The application options are described below, and at the very end there is another overview of the built-in functions and methods.
Validate input data#
There are several ways to validate RELAX NG files. Beside a variant to validate the schema directly in the XML editor (see the corresponding section in the manual) there is the possibility to use an external program for this. One of these is Jing. It is delivered with the Publisher.
In the Lua preprocessing there is a function that does the validation:
The function returns false and the error message in case of an error. Example:
-- adjust the paths, of course
runtime = require("runtime")
ok, msg = runtime.validate_relaxng("layout.xml","../schema/layoutschema-en.rng")
if not ok then
print(msg)
os.exit(-1)
end
This is saved in a file, e.g. valididate.lua
and then the publisher is called with
Before each run, the system checks whether the layout file corresponds to the schema and only then does processing continue.
XML validation
You can check not only the layout file for correctness, but also all other XML files. But for this you have to create your own RELAX NG schema. Instructions are available at https://speedata.github.io/relaxngtutorial-de/. Depending on the data file this is also quite easy. Especially if you get data from external sources again and again, you can be sure that the desired structure is kept.
Executing a transformation#
An XSLT transformation processes an XML file with an XSLT script and generates an output file. XSLT is a programming language designed for processing XML data. Often data from Product Information Management (PIM) systems or databases is not in the form that is optimal for the publisher. With XSLT you can process and modify such output data.
The program saxon (supplied with XTS, Java runtime needed) can execute an XSLT script. The call is the following:
For example:
runtime = require("runtime")
ok, msg = runtime.run_saxon({ key = value, key = value, ... }
-- quit the publishing process if the transformation fails
if not ok then
print(msg)
os.exit(-1)
end
Allowed key/value pairs are:
Key | Value |
---|---|
source | Source file (XML) |
stylesheet | Stylesheet file (XSL) |
out | Result |
initialtemplate | Name of the template to be called |
params | Table with the key/value pairs |
Example:
runtime = require("runtime")
ok, msg = runtime.run_saxon({stylesheet = 'json2xml.xsl',
out = 'data.xml',
initialtemplate = 'main',
params = { ["key"] = value }})
See also the example in examples repository.
Creating XML files#
You can also create the data file to be processed with the Lua script. For this purpose there is the function encode_table() in the module xml, which creates an XML file from a Lua table.
The script
xml = require("xml")
tbl = {
["_type"] = "element",
["_name"] = "data",
{
["_type"] = "element",
["_name"] = "child",
"Hello, world",
}
}
ok, msg = xml.encode_table(tbl)
if not ok then
print(msg)
os.exit(-1)
end
generates the XML file
which is available for the next publisher run. This is particularly useful if the data source is not in XML.

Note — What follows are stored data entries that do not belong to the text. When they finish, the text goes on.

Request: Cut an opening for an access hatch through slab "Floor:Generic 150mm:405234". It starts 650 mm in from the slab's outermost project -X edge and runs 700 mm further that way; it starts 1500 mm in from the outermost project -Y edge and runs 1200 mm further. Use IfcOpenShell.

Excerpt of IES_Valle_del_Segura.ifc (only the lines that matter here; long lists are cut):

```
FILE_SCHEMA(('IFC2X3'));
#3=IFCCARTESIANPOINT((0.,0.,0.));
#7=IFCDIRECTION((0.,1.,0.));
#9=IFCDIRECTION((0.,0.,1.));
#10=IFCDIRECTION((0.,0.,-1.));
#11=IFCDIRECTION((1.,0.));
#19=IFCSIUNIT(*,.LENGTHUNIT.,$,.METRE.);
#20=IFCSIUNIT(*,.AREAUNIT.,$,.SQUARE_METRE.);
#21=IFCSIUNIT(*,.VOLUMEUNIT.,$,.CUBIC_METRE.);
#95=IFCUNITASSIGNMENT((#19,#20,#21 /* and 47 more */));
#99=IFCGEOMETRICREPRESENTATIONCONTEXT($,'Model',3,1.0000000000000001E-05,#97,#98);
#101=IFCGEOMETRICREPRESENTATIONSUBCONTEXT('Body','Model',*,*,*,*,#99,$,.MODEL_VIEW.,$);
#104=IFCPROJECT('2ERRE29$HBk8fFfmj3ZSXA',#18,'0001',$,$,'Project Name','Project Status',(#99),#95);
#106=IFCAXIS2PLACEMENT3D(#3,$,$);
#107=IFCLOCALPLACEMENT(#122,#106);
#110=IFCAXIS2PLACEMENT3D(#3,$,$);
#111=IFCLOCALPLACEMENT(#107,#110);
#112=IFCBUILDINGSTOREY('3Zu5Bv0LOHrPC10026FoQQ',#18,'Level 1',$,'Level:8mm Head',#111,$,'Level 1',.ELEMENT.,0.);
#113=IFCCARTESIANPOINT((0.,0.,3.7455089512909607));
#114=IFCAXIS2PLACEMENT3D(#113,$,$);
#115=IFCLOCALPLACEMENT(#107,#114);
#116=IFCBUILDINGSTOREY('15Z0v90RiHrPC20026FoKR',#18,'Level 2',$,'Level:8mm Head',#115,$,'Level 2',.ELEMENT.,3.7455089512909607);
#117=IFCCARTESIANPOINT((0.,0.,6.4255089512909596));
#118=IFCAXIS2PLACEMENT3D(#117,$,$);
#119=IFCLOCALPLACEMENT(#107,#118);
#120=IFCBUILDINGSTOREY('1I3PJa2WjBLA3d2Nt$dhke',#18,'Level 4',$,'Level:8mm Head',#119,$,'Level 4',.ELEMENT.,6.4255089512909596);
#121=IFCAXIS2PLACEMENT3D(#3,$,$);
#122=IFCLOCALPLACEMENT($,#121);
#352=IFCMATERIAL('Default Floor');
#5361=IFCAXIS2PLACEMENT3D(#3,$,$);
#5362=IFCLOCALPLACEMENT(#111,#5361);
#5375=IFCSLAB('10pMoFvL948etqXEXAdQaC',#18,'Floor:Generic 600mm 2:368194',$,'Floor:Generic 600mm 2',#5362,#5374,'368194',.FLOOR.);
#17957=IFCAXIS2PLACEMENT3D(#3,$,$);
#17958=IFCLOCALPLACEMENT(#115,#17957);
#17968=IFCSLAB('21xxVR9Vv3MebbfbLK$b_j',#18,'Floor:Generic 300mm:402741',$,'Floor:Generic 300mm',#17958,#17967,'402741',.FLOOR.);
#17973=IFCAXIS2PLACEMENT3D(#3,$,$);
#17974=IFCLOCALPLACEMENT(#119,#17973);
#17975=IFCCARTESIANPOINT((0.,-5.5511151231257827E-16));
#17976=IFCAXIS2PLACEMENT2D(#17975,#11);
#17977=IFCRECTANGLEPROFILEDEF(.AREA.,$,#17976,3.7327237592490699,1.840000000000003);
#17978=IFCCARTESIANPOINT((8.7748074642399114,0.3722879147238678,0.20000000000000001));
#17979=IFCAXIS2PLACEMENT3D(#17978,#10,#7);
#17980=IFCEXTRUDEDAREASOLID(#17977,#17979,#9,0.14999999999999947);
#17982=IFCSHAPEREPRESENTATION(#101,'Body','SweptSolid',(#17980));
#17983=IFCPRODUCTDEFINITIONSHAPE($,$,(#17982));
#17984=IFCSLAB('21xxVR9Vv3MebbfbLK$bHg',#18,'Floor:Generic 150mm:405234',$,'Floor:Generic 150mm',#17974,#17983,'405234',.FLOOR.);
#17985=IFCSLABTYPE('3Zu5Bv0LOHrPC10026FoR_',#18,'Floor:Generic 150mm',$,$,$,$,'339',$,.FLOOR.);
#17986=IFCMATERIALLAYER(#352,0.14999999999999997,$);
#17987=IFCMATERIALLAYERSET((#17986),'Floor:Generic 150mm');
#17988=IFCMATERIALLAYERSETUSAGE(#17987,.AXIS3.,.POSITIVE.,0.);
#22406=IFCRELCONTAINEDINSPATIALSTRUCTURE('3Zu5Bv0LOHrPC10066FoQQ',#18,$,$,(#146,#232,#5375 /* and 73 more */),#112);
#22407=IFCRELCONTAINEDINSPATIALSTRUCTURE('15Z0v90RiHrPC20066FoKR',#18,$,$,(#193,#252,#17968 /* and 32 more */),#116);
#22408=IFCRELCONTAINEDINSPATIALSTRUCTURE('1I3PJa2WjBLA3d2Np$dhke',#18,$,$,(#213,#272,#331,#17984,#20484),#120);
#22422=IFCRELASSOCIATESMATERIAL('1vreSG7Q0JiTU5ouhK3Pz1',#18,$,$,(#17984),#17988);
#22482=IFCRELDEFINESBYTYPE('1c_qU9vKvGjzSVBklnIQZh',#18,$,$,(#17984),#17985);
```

```python
import numpy as np
import ifcopenshell
import ifcopenshell.api.feature
import ifcopenshell.api.geometry
import ifcopenshell.api.root
import ifcopenshell.geom
import ifcopenshell.util.placement
import ifcopenshell.util.representation
import ifcopenshell.util.shape
import ifcopenshell.util.unit

model = ifcopenshell.open("IES_Valle_del_Segura.ifc")
unit_scale = ifcopenshell.util.unit.calculate_unit_scale(model)
settings = ifcopenshell.geom.settings()


def volume(element):
    """Net volume in cubic metres, openings subtracted."""
    shape = ifcopenshell.geom.create_shape(settings, element)
    return ifcopenshell.util.shape.get_volume(shape.geometry)


slab = model.by_guid("21xxVR9Vv3MebbfbLK$bHg")
before = volume(slab)

# Extent in the slab's own axes, in metres. The edges named are its -X and -Y sides.
slab_shape = ifcopenshell.geom.create_shape(settings, slab)
vertices = ifcopenshell.util.shape.get_vertices(slab_shape.geometry)
x_min, y_min, bottom = vertices.min(axis=0)
top = vertices[:, 2].max()

opening = ifcopenshell.api.root.create_entity(model, ifc_class="IfcOpeningElement", name="Access hatch opening")
context = ifcopenshell.util.representation.get_context(model, "Model", "Body", "MODEL_VIEW")
width, depth = 0.7, 1.2
outline = [(0.0, 0.0), (width, 0.0), (width, depth), (0.0, depth), (0.0, 0.0)]
# Overshoot both faces by 50 mm so the cut is clean.
shape = ifcopenshell.api.geometry.add_slab_representation(
    model, context=context, depth=top - bottom + 0.1, polyline=outline
)
ifcopenshell.api.geometry.assign_representation(model, product=opening, representation=shape)

matrix = ifcopenshell.util.placement.get_local_placement(slab.ObjectPlacement)
matrix[:, 3] = matrix @ np.append(np.array([x_min + 0.65, y_min + 1.5, bottom - 0.05]) / unit_scale, 1.0)
ifcopenshell.api.geometry.edit_object_placement(model, product=opening, matrix=matrix, is_si=False)
ifcopenshell.api.feature.add_feature(model, feature=opening, element=slab)

after = volume(slab)

print(f"slab volume {before:.3f} -> {after:.3f} m3")

model.write("IES_Valle_del_Segura_edited.ifc")
```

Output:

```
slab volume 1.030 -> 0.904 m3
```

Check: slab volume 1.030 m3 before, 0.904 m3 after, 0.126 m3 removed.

Processing of Excel files#
A common use case is that the data is to be read from Excel files for processing. For this purpose, the module xlsx contains the function open() which opens an existing file:
xlsx = require("xlsx")
spreadsheet, err = xlsx.open("myfile.xlsx")
if not spreadsheet then
print(err)
os.exit(-1)
end
The object spreadsheet contains the individual worksheets. The number of worksheets can be determined using the length operator and the individual worksheets can be determined using the index (1 is the first worksheet).
The object ws can be used to access the cell contents directly. To do this, it is called as a function and returns a character string. The first cell in the upper left corner has the coordinates 1,1, the first cell in the second row 1,2 and so on.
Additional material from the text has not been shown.